Beer brewing goes back at least 10,000 years, and ancient humans were endlessly creative in their recipes for intoxicants. Studies of pollen content in northern European drinking vessels suggested the ancient residents drank honey-based mead and other alcoholic brews. But the exact ingredients were not well understood. Ancient texts written by Greeks and Romans proved that southern Europeans were among the first wine snobs — these authors dismissed Northern beverages as "barley rotted in water."

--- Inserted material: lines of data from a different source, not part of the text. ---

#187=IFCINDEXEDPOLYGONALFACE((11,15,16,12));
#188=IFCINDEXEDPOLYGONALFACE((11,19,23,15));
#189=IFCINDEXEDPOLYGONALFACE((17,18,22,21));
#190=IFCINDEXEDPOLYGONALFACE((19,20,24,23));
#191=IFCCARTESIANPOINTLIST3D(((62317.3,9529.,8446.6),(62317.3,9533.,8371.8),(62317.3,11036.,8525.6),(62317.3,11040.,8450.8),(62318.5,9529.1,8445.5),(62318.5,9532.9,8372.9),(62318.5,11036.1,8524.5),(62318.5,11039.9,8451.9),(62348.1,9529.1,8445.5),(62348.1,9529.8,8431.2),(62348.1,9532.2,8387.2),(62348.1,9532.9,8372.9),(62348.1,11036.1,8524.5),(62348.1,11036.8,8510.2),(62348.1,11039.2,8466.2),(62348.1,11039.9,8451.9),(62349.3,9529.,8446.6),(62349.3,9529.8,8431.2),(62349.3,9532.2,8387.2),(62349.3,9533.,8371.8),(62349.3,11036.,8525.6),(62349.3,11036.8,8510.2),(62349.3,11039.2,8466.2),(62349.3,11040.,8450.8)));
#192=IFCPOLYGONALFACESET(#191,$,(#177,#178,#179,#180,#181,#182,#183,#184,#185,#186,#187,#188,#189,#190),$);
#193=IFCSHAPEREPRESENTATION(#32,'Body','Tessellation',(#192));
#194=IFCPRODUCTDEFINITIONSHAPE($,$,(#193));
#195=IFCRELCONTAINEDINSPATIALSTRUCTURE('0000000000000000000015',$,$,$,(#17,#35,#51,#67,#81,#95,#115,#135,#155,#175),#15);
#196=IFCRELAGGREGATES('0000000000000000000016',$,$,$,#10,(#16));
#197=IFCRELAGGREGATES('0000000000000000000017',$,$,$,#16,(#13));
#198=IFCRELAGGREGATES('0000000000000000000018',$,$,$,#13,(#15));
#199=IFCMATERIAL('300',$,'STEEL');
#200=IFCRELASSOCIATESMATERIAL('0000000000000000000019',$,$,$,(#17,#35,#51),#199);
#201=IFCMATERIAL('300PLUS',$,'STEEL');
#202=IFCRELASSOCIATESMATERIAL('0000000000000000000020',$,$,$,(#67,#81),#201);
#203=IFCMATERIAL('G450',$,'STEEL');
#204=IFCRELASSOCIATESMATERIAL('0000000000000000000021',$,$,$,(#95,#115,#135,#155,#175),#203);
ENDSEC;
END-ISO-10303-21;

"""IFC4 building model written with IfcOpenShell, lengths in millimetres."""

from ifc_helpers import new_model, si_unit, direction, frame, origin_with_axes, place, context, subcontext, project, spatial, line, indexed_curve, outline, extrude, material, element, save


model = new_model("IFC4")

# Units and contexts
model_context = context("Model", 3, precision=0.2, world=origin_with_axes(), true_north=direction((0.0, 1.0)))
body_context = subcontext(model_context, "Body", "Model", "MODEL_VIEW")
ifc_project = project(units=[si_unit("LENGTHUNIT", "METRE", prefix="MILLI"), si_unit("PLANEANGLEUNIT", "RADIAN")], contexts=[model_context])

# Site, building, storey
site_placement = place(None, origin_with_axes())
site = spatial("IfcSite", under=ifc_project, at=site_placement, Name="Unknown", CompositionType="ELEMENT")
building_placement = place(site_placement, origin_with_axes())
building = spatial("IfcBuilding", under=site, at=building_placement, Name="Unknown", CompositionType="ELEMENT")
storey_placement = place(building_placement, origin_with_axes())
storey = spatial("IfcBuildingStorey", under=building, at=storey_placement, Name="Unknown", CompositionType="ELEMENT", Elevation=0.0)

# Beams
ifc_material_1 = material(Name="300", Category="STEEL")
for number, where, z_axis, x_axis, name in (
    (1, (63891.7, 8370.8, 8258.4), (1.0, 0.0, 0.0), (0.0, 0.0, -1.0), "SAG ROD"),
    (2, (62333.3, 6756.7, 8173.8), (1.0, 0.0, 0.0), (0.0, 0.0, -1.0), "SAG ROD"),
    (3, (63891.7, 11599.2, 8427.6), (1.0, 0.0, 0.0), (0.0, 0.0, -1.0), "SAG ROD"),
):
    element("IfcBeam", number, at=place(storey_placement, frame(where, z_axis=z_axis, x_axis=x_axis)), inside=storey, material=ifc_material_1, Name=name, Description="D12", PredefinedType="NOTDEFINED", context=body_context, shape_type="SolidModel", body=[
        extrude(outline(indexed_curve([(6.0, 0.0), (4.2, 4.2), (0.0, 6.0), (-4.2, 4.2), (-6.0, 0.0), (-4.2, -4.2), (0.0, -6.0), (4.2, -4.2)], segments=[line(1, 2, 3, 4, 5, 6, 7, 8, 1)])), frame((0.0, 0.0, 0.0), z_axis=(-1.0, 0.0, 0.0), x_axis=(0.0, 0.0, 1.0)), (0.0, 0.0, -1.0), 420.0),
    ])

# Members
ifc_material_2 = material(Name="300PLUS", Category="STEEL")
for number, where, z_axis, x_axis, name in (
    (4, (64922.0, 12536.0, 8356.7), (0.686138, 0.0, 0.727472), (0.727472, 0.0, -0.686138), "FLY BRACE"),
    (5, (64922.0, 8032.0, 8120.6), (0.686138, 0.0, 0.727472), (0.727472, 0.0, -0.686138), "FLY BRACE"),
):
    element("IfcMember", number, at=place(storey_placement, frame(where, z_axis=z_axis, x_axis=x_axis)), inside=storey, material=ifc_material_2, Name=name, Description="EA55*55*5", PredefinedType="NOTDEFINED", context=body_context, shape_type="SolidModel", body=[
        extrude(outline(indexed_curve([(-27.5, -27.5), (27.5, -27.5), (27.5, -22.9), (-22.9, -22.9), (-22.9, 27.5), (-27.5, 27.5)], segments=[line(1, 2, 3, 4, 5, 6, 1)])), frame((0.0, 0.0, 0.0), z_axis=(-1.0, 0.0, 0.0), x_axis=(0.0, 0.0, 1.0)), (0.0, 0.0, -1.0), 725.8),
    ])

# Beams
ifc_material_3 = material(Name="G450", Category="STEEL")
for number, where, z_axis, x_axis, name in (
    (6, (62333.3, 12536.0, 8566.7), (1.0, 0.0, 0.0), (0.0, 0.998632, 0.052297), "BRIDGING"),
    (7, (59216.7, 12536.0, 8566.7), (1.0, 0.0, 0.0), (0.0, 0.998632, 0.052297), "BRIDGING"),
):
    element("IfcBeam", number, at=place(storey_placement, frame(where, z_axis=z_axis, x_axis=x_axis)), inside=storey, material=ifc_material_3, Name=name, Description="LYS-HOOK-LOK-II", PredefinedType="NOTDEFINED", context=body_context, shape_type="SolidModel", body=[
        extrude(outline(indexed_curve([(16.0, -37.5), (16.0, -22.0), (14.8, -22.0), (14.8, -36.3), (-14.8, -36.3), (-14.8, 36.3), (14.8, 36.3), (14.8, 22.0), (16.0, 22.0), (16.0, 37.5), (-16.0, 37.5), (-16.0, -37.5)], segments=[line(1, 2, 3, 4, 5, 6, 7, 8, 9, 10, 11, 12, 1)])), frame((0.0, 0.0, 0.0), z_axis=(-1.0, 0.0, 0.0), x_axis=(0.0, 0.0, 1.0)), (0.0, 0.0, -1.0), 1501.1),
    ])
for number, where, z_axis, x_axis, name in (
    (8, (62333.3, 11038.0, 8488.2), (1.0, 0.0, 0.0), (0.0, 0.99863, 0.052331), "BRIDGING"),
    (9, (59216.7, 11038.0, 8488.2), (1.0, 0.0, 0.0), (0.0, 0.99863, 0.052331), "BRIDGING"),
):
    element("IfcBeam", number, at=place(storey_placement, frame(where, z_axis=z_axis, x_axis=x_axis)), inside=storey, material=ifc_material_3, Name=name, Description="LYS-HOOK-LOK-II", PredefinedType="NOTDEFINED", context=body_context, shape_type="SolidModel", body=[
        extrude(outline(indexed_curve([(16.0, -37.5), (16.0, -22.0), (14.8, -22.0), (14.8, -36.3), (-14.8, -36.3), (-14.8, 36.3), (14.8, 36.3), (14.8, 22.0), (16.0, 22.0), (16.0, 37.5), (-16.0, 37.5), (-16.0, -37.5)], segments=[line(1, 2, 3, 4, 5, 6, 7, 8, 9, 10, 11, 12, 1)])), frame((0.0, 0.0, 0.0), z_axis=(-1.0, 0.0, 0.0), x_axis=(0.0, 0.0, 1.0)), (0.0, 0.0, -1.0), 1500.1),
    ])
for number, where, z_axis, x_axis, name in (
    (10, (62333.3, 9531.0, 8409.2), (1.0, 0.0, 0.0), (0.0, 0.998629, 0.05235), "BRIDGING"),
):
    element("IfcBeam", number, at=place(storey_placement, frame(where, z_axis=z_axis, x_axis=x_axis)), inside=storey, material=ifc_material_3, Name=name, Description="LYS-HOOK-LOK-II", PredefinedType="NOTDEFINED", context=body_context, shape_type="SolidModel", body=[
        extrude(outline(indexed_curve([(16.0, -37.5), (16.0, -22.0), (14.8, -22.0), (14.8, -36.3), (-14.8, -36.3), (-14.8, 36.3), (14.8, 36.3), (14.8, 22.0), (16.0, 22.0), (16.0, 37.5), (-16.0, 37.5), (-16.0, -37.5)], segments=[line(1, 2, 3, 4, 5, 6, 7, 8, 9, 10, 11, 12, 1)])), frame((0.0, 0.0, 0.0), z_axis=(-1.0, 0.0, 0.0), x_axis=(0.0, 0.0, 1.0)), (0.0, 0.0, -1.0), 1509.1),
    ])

In fact, Nordic grog was a complex brew, McGovern and his colleagues found. The ingredients included honey, cranberries and lingonberries (acidic red berries that grow in Scandinavia). Wheat, rye and barley — and, occasionally, imported grape wine from southern Europe — formed a base for the drink. Herbs and spices — such as bog myrtle, yarrow, juniper and birch resin — added flavor and perhaps medicinal qualities.

The oldest sample, which was buried with a male warrior, was an anomaly. The jug found in that grave contained only traces of honey, suggesting that the occupant went to his grave with a jar of unadulterated mead. Because the warrior had well-crafted weapons in his tomb, he was likely of high status. Pure mead was probably a drink for the elite, because honey was expensive and scarce, the researchers reported online Dec. 23 in the Danish Journal of Archaeology. [Raise your Glass: 10 Intoxicating Beer Facts]

Delicious brew

The grog was likely a high-class beverage, McGovern said. In the 1920s, archaeologists uncovered a remarkably well-preserved burial of a young blond woman in Denmark. Dubbed "Egtved Girl" (pronounced "eckt-VED"), the corpse was buried wearing a wool string skirt with a bucket of grog at her feet. The young woman's clothes and ornaments suggest that she was a priestess who likely danced in religious ceremonies, McGovern said.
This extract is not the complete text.